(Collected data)
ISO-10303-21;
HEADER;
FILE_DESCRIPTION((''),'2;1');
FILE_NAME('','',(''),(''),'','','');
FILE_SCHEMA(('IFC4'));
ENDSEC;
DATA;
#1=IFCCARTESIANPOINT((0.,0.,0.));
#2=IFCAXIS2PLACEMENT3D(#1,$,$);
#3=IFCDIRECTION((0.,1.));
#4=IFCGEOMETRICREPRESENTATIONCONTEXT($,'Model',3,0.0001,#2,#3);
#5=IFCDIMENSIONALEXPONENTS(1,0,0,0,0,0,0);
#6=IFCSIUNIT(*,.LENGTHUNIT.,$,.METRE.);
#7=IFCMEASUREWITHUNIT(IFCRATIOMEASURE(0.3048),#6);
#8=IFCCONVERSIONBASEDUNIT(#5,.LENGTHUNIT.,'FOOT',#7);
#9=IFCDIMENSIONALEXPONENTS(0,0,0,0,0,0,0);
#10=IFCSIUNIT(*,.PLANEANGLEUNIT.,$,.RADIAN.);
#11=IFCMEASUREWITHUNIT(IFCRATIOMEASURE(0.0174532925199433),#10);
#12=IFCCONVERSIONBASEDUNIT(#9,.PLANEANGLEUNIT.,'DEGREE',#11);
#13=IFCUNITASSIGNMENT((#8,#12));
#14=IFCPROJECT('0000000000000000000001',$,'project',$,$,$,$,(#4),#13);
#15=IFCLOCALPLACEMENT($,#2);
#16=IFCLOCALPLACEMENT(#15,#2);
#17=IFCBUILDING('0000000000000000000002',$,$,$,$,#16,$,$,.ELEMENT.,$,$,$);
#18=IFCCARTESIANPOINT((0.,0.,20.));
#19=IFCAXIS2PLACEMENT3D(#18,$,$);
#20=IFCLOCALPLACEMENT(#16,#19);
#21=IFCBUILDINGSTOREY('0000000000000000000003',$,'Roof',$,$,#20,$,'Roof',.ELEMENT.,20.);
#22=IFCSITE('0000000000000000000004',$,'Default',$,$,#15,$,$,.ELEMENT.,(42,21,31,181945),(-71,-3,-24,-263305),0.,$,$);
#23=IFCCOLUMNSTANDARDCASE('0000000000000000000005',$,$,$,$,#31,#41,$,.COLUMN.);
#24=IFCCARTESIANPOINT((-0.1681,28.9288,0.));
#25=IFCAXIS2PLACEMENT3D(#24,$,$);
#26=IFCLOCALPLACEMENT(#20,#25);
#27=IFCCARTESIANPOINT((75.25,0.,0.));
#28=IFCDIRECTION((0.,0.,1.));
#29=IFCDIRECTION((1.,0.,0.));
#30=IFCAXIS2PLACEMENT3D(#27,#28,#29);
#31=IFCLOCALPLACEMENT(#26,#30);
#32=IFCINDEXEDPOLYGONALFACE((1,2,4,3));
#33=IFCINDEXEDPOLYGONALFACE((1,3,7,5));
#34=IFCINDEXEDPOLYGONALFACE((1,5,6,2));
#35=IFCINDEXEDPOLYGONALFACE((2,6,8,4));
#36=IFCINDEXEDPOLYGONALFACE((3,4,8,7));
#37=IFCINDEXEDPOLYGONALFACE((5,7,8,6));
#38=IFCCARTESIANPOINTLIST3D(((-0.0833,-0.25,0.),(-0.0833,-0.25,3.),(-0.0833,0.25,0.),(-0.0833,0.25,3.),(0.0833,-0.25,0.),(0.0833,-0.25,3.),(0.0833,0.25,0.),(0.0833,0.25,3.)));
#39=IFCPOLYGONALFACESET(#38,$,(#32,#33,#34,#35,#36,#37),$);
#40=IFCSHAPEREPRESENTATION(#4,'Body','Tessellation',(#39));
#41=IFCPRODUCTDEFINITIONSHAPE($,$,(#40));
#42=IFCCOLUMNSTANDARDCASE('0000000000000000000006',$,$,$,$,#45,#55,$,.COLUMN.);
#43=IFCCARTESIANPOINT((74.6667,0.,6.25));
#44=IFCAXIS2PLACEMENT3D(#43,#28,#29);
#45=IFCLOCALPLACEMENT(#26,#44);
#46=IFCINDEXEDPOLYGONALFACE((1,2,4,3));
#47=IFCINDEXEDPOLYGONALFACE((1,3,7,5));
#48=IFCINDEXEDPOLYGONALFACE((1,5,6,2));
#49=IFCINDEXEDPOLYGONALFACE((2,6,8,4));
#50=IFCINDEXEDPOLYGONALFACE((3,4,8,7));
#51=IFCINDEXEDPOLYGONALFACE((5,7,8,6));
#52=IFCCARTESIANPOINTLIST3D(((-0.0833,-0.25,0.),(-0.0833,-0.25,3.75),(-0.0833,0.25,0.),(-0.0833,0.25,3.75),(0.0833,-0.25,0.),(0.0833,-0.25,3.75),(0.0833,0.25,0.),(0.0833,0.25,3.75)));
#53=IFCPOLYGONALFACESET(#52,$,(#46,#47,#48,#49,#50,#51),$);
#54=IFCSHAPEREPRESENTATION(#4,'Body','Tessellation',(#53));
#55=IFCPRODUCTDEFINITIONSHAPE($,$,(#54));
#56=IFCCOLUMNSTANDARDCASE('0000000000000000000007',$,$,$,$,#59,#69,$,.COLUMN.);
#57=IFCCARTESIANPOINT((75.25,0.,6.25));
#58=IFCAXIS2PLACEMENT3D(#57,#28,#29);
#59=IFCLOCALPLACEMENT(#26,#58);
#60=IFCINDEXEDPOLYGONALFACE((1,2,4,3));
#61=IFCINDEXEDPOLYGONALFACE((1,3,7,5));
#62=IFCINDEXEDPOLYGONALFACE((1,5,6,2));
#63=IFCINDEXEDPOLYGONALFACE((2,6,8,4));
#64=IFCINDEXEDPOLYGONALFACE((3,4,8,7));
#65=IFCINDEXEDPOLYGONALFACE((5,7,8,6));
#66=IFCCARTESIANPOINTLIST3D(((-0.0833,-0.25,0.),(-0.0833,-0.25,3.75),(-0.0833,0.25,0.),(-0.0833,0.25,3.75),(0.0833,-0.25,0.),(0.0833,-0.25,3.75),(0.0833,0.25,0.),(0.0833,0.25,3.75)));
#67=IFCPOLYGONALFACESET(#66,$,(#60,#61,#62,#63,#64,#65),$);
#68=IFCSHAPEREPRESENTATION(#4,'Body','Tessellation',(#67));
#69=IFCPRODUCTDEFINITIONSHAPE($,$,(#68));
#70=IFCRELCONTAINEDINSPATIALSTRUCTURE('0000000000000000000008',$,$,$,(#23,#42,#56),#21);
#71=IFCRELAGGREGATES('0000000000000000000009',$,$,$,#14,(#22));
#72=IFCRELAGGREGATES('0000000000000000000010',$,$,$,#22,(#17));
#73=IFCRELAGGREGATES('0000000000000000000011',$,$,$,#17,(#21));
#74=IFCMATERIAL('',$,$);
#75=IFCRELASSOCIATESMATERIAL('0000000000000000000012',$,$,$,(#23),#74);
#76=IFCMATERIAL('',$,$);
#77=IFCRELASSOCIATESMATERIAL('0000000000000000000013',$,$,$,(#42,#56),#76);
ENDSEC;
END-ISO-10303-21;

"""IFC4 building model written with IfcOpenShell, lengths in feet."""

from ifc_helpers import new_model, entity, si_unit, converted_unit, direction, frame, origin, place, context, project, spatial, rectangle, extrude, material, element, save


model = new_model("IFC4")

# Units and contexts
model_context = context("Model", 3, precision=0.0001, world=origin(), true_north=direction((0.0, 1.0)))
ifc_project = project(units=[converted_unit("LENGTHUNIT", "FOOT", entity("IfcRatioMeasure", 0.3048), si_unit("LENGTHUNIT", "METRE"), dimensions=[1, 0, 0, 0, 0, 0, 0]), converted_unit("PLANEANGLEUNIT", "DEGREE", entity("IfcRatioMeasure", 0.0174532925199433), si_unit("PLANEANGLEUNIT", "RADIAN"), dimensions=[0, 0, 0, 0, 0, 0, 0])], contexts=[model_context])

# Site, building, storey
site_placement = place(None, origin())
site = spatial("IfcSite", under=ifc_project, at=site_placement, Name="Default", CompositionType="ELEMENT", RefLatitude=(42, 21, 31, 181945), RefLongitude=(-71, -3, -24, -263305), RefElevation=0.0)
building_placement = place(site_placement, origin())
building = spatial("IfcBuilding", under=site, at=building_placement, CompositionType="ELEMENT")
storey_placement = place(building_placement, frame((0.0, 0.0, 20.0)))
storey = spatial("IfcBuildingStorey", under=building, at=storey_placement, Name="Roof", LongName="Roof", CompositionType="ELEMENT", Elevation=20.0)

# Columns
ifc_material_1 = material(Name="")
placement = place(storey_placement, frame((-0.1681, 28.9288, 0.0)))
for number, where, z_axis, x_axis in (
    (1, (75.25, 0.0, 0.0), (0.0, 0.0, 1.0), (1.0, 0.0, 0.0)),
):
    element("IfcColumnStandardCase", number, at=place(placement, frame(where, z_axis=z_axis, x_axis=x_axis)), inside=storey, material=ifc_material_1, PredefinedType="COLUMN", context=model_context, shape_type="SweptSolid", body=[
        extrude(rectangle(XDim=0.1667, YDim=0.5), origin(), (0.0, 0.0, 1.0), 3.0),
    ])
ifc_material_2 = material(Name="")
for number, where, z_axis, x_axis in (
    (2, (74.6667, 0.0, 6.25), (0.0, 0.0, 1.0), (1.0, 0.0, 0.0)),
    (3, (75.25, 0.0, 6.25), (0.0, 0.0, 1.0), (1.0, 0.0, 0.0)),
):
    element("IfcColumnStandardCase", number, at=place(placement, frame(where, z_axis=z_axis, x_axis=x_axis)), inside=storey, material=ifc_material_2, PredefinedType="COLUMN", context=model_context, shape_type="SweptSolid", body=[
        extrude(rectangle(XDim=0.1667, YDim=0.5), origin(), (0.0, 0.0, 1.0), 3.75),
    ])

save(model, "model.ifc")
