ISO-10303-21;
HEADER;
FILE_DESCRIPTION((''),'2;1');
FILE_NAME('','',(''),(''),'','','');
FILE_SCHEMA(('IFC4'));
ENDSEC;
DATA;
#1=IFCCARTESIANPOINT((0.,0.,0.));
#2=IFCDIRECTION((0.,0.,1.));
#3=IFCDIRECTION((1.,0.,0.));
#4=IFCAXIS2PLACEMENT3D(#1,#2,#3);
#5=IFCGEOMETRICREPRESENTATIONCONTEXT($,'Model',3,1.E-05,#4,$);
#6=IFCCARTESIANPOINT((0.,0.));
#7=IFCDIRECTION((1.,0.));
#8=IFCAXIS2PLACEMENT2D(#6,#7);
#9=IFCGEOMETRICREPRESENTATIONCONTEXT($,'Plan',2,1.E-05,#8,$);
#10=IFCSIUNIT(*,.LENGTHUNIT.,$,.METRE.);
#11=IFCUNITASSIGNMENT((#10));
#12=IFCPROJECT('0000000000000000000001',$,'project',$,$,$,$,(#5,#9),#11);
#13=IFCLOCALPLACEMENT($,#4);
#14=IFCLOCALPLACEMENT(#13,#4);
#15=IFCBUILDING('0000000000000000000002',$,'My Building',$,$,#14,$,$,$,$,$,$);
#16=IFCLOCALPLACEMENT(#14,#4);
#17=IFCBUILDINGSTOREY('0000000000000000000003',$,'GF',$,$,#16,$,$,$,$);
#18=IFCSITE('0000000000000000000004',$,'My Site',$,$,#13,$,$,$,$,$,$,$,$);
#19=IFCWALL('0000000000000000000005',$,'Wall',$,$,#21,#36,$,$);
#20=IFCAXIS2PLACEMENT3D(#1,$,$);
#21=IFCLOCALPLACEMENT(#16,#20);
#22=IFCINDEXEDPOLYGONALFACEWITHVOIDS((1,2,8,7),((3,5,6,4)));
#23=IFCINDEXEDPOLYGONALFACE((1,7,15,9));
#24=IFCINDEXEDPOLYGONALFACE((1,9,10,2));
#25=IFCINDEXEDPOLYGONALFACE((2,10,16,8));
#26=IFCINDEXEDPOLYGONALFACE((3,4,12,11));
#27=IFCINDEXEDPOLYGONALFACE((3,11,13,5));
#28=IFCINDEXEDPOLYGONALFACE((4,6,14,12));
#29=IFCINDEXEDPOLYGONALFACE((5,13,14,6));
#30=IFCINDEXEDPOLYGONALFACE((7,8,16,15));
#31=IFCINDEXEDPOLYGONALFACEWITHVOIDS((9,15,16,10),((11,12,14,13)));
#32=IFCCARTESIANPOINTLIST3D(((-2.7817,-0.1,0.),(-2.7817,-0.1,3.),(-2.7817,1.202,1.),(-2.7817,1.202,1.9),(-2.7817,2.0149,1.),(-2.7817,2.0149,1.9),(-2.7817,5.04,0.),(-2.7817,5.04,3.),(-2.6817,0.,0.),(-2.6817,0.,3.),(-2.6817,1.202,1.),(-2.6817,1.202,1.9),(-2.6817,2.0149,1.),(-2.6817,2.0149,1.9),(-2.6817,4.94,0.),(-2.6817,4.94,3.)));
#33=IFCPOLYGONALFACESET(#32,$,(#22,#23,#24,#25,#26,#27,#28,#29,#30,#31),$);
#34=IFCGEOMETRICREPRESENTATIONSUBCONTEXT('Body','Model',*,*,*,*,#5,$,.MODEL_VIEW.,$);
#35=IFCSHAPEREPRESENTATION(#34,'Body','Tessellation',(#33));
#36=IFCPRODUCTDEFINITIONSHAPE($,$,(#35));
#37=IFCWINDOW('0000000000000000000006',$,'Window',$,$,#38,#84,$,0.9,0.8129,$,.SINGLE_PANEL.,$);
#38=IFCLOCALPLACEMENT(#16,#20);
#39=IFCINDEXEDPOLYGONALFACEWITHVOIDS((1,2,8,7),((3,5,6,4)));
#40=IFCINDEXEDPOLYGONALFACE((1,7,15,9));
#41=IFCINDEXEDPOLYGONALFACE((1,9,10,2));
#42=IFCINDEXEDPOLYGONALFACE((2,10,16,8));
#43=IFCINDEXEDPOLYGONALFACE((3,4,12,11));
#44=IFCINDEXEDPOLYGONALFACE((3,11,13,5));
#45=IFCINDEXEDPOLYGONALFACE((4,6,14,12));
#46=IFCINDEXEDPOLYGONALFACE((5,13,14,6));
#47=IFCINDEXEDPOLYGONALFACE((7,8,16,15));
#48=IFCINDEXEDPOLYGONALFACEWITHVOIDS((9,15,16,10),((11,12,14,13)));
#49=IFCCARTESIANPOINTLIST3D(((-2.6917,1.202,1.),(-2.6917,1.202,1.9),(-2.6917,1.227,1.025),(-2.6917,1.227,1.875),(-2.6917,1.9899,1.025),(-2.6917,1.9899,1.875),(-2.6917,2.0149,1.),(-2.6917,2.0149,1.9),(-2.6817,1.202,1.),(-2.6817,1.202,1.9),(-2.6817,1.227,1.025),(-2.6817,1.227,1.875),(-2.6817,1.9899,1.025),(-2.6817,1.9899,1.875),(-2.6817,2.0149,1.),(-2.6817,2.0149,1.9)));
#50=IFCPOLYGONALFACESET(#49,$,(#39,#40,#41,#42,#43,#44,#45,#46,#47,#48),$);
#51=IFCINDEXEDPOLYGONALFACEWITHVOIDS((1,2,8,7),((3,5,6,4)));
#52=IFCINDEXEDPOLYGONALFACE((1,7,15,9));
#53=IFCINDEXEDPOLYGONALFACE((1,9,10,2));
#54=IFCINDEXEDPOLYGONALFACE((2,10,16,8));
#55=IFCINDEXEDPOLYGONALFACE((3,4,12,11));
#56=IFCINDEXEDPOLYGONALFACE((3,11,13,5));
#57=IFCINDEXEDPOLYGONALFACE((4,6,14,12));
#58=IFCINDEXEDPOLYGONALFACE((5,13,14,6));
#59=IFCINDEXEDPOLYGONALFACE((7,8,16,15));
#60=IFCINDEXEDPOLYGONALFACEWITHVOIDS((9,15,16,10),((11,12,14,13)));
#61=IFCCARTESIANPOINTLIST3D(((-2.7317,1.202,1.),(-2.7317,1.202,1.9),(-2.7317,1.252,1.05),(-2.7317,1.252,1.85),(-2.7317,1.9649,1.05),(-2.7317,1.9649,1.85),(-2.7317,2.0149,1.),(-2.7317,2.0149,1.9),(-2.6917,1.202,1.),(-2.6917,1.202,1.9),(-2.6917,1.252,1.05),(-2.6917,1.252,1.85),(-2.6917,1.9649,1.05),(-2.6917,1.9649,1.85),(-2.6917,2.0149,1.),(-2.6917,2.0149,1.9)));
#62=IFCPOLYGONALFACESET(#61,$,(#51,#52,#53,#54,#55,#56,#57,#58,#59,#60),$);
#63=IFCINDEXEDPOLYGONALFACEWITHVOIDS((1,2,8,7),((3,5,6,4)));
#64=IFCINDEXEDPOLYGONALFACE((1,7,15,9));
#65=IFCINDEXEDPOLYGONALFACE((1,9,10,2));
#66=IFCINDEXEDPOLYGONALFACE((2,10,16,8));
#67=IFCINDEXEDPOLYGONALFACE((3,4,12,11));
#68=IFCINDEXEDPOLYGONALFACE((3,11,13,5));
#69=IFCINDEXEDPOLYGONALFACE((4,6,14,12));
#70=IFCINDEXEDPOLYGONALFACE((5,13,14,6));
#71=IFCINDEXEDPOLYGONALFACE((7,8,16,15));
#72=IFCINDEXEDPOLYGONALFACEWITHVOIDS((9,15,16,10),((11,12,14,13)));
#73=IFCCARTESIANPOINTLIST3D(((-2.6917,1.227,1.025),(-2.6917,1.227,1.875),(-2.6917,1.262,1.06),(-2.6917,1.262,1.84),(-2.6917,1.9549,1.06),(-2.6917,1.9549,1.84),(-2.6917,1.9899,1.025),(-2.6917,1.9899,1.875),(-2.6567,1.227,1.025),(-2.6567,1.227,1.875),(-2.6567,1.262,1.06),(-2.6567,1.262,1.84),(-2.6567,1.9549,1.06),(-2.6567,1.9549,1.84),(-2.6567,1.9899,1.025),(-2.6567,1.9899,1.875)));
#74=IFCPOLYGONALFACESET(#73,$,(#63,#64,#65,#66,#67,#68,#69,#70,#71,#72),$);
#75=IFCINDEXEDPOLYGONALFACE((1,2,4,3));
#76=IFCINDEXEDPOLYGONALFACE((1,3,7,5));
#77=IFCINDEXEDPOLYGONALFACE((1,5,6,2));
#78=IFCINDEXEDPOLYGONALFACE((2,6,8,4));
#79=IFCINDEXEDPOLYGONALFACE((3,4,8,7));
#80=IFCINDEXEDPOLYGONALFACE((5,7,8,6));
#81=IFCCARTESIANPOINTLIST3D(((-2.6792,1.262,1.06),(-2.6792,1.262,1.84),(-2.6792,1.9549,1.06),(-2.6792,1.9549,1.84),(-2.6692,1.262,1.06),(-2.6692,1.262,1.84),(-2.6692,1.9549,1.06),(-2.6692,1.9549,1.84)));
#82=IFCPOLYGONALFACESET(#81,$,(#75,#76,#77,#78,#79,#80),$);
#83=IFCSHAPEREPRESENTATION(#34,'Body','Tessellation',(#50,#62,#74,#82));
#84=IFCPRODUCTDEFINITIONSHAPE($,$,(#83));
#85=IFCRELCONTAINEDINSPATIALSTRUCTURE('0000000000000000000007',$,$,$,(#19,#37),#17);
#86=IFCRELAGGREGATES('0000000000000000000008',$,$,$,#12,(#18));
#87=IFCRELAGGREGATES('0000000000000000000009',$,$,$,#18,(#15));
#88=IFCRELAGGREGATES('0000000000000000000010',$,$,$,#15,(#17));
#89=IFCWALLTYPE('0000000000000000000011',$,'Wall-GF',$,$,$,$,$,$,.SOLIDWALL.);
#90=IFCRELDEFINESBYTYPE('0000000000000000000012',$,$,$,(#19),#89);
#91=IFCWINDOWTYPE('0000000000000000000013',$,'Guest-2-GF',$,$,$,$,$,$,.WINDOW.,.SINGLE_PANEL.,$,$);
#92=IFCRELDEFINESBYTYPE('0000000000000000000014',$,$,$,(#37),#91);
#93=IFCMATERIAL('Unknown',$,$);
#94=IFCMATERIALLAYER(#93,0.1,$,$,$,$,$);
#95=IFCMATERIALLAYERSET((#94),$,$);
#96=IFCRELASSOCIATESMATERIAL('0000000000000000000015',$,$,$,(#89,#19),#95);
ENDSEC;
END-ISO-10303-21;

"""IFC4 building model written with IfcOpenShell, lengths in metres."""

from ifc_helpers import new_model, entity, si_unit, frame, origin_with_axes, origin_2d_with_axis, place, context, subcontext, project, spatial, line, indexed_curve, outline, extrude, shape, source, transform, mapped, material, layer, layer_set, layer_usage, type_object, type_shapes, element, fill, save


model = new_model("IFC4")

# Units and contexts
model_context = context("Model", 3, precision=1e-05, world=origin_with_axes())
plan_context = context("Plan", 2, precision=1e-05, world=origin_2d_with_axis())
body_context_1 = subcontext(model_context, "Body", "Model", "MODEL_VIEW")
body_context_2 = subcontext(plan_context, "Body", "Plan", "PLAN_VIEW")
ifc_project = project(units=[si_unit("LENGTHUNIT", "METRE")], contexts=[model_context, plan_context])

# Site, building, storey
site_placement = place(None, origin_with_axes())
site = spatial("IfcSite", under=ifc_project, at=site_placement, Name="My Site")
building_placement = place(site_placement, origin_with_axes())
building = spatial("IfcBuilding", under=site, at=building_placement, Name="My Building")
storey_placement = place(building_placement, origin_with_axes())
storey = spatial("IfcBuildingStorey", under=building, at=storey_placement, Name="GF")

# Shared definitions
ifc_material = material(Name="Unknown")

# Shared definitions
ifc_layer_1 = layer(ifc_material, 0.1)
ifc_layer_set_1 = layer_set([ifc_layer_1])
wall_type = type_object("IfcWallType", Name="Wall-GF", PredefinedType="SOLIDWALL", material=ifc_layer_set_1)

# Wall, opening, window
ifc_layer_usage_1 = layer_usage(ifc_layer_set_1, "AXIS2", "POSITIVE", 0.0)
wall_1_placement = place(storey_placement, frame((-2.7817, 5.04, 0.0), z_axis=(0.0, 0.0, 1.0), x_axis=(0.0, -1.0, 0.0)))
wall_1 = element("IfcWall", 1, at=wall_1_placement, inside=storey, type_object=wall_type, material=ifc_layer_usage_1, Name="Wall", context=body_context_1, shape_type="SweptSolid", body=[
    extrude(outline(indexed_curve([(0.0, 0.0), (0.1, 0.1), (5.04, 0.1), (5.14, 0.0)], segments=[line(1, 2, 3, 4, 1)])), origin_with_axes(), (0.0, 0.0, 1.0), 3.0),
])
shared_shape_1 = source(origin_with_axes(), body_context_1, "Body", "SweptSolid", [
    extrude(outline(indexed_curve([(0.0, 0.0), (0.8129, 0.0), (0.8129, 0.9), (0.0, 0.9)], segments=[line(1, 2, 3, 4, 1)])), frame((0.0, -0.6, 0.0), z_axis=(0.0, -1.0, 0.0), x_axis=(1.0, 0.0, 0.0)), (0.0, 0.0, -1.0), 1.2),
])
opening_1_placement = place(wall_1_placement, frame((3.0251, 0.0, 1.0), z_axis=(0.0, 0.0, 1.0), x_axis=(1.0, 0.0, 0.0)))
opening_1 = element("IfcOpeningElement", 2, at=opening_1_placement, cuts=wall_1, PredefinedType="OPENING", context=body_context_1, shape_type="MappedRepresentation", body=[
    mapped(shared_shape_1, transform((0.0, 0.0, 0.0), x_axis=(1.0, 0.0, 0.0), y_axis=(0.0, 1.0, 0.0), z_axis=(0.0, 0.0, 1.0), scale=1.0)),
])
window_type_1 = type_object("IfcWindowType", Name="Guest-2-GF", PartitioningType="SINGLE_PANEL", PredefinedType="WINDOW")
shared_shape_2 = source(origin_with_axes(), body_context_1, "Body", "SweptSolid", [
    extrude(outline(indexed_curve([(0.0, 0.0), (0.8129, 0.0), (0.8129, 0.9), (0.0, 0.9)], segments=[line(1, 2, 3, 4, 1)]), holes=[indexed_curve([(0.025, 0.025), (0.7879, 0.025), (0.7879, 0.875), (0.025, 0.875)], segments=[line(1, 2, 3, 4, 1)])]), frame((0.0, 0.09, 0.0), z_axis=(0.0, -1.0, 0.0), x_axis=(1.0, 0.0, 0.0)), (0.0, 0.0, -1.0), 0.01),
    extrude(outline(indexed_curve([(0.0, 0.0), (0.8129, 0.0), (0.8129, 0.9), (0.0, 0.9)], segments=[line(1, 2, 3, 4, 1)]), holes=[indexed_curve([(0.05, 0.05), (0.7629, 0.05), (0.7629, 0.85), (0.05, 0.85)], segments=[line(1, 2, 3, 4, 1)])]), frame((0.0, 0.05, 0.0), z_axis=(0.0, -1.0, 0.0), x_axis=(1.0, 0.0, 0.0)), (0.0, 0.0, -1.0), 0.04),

> **About this exercise**: Above are the entries. Output exactly the lines beginning with the line that has "#6=IFCCARTESIANPOINT((0.,0.));" and ending with the line that has "#11=IFCUNITASSIGNMENT((#10));".

> **Solution to this problem**:
#6=IFCCARTESIANPOINT((0.,0.));
#7=IFCDIRECTION((1.,0.));
#8=IFCAXIS2PLACEMENT2D(#6,#7);
#9=IFCGEOMETRICREPRESENTATIONCONTEXT($,'Plan',2,1.E-05,#8,$);
#10=IFCSIUNIT(*,.LENGTHUNIT.,$,.METRE.);
#11=IFCUNITASSIGNMENT((#10));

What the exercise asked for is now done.